A new study by the University of Bonn and research institutions in Australia and Switzerland shows the strategies that tumor cells use to avoid being attacked by the imune system.
The method developed for this work contributes to a better understanding of the "arms race" between immune defense and disease. The results could help to improve modern therapeutic approaches and were published in 'Immunity'.
Cancer cells differ from healthy body cells - by their appearance, by their behavior, by the genes that are active in them. Often this does not go unnoticed: the immune system registers that something is wrong and sends its troops to fight the tumor. However, this answer is often too weak to keep cancer at bay in the long term or even to destroy it. Scientists have therefore been trying to strengthen the immune system's response for many years.

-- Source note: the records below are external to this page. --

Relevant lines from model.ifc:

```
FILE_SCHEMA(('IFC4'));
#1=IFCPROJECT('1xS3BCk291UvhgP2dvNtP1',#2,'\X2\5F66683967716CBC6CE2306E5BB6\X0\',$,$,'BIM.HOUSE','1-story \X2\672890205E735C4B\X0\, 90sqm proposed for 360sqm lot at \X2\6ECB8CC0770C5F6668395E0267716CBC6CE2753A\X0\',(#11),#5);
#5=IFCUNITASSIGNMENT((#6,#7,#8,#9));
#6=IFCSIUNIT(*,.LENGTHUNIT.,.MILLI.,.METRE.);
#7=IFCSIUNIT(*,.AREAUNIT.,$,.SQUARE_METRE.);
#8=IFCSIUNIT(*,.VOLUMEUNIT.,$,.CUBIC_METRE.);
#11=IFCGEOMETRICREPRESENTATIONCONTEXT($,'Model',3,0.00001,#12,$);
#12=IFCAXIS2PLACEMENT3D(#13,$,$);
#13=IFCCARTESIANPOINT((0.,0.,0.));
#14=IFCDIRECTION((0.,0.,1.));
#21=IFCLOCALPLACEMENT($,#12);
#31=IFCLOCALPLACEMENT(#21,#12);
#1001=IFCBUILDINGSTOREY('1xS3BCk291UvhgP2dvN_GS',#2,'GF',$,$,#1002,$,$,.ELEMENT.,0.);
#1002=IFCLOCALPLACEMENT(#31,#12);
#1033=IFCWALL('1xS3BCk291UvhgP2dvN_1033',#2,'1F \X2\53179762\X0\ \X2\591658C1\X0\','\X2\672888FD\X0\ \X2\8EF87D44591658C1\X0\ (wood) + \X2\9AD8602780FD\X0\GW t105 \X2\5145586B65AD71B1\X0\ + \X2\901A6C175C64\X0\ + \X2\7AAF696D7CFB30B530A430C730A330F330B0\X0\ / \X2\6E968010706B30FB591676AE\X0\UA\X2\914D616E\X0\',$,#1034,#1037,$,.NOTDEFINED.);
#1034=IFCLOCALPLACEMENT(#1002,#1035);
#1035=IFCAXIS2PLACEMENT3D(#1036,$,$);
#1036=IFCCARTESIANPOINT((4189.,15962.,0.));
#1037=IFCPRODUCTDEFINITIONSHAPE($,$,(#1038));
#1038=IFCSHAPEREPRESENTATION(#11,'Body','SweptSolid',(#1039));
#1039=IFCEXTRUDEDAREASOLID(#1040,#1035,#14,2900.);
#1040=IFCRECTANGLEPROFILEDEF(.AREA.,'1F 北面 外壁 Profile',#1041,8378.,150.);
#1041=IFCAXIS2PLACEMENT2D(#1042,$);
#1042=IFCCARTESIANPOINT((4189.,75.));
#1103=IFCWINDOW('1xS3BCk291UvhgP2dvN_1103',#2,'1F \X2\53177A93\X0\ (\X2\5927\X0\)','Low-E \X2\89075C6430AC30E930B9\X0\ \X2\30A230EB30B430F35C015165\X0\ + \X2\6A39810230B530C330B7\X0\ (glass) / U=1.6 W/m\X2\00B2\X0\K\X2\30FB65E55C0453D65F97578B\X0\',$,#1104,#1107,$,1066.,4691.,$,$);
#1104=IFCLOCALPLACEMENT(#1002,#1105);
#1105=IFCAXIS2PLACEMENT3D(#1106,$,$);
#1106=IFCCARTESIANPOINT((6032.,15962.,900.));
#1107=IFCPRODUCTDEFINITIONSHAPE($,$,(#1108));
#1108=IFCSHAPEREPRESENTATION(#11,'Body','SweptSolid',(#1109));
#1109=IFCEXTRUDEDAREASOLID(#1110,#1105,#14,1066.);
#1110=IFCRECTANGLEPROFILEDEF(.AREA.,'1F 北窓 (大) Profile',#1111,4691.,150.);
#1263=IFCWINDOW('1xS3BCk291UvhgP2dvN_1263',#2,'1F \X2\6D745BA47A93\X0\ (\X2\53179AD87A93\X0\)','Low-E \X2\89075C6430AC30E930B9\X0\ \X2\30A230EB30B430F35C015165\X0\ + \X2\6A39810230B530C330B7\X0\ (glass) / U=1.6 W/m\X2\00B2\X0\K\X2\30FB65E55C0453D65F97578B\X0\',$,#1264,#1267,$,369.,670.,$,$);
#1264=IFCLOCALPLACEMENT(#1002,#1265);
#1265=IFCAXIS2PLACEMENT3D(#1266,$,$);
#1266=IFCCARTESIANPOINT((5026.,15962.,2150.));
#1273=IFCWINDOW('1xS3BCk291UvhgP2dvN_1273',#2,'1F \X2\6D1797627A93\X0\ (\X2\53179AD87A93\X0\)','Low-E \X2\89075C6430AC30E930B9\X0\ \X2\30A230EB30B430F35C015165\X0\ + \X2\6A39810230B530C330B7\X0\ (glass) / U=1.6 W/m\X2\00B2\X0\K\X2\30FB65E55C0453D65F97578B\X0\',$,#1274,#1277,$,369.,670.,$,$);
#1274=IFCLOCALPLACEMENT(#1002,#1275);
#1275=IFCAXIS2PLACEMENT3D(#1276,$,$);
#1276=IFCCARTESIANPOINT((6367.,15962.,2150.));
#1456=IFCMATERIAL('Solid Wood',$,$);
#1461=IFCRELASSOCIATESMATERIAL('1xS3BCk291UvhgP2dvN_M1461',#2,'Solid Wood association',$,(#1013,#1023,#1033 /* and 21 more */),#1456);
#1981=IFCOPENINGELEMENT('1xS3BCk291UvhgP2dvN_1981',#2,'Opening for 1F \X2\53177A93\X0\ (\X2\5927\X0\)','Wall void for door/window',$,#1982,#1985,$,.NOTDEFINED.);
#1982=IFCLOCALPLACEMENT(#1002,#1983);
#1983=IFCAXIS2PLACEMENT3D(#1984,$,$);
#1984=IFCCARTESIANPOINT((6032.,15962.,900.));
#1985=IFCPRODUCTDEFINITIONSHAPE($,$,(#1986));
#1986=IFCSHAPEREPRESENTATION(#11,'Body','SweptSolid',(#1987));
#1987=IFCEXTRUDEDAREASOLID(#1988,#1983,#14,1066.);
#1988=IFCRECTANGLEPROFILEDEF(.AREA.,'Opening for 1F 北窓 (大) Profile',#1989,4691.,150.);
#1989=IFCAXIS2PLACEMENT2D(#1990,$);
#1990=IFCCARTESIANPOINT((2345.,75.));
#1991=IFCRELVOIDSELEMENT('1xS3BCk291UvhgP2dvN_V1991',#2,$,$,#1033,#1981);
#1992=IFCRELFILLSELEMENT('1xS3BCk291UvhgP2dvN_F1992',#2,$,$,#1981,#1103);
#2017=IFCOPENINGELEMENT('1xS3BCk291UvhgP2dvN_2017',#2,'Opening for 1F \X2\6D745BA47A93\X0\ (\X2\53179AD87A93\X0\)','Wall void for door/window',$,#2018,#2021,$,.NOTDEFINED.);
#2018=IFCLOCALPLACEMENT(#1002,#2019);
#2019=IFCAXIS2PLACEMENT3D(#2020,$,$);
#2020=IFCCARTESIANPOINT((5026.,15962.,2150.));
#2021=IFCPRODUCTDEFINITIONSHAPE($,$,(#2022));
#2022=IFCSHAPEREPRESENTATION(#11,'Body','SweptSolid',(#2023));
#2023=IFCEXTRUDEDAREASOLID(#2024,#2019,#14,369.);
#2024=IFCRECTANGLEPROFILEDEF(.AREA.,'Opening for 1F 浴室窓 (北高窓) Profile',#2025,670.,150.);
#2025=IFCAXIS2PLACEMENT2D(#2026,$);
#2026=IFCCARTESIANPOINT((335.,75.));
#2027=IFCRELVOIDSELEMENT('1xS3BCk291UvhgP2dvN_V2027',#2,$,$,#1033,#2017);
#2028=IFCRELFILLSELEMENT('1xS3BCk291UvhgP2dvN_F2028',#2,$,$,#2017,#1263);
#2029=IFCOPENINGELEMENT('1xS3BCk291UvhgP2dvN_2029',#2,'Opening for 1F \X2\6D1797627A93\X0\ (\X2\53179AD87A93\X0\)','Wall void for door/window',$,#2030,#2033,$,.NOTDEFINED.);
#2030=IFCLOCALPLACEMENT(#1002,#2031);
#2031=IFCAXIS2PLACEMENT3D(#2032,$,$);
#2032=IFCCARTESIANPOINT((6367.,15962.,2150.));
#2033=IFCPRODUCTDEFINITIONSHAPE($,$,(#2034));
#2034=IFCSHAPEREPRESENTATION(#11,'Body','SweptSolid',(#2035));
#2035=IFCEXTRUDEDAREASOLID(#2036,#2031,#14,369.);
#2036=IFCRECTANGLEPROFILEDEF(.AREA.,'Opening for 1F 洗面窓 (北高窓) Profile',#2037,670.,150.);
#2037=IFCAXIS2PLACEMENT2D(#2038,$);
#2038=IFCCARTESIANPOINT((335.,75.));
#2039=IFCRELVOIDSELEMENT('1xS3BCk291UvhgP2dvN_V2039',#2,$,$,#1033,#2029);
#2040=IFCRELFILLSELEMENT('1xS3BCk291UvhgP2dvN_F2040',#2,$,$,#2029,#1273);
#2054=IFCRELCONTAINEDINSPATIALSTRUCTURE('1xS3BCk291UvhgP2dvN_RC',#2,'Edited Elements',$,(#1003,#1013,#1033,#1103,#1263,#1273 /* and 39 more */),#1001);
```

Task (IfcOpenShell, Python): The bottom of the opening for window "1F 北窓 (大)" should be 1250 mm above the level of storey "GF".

```python
import numpy as np
import ifcopenshell
import ifcopenshell.api.geometry
import ifcopenshell.geom
import ifcopenshell.util.element
import ifcopenshell.util.placement
import ifcopenshell.util.shape
import ifcopenshell.util.unit

model = ifcopenshell.open("model.ifc")
unit_scale = ifcopenshell.util.unit.calculate_unit_scale(model)

window = model.by_guid("1xS3BCk291UvhgP2dvN_1103")
opening = window.FillsVoids[0].RelatingOpeningElement
storey = ifcopenshell.util.element.get_container(window, ifc_class="IfcBuildingStorey")
level = ifcopenshell.util.placement.get_local_placement(storey.ObjectPlacement)[2, 3]

# The opening's origin need not be at the sill, so measure its lowest point.
shape = ifcopenshell.geom.create_shape(ifcopenshell.geom.settings(), opening)
bottom = ifcopenshell.util.shape.get_shape_bottom_elevation(shape, shape.geometry) / unit_scale
dz = level + 1.25 / unit_scale - bottom

shift = np.array([0.0, 0.0, dz])
# The window is not placed relative to its opening, so move both.
for product in (opening, window):
    matrix = ifcopenshell.util.placement.get_local_placement(product.ObjectPlacement)
    matrix[:3, 3] += shift
    ifcopenshell.api.geometry.edit_object_placement(model, product=product, matrix=matrix, is_si=False)

print(f"moved by {dz * unit_scale:+.3f} m")

model.write("model_rev.ifc")
```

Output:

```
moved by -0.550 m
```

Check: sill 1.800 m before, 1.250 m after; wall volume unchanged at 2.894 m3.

Many tumors have developed strategies that can help them escape the immune system. "In our study, we examined what these strategies look like and what they depend on," explains Dr. Maike Effern from the Institute of Experimental Oncology at the University Hospital Bonn. "We focused on melanoma cells, i.e. black skin cancer."
"When T cells were directed against genes that are responsible for melanoma-typical traits, we observed that the cancer cells changed their appearance and suppressed these genes over time," explains Effern's colleague Dr. Nicole Glodde. "So they hid from the immune system."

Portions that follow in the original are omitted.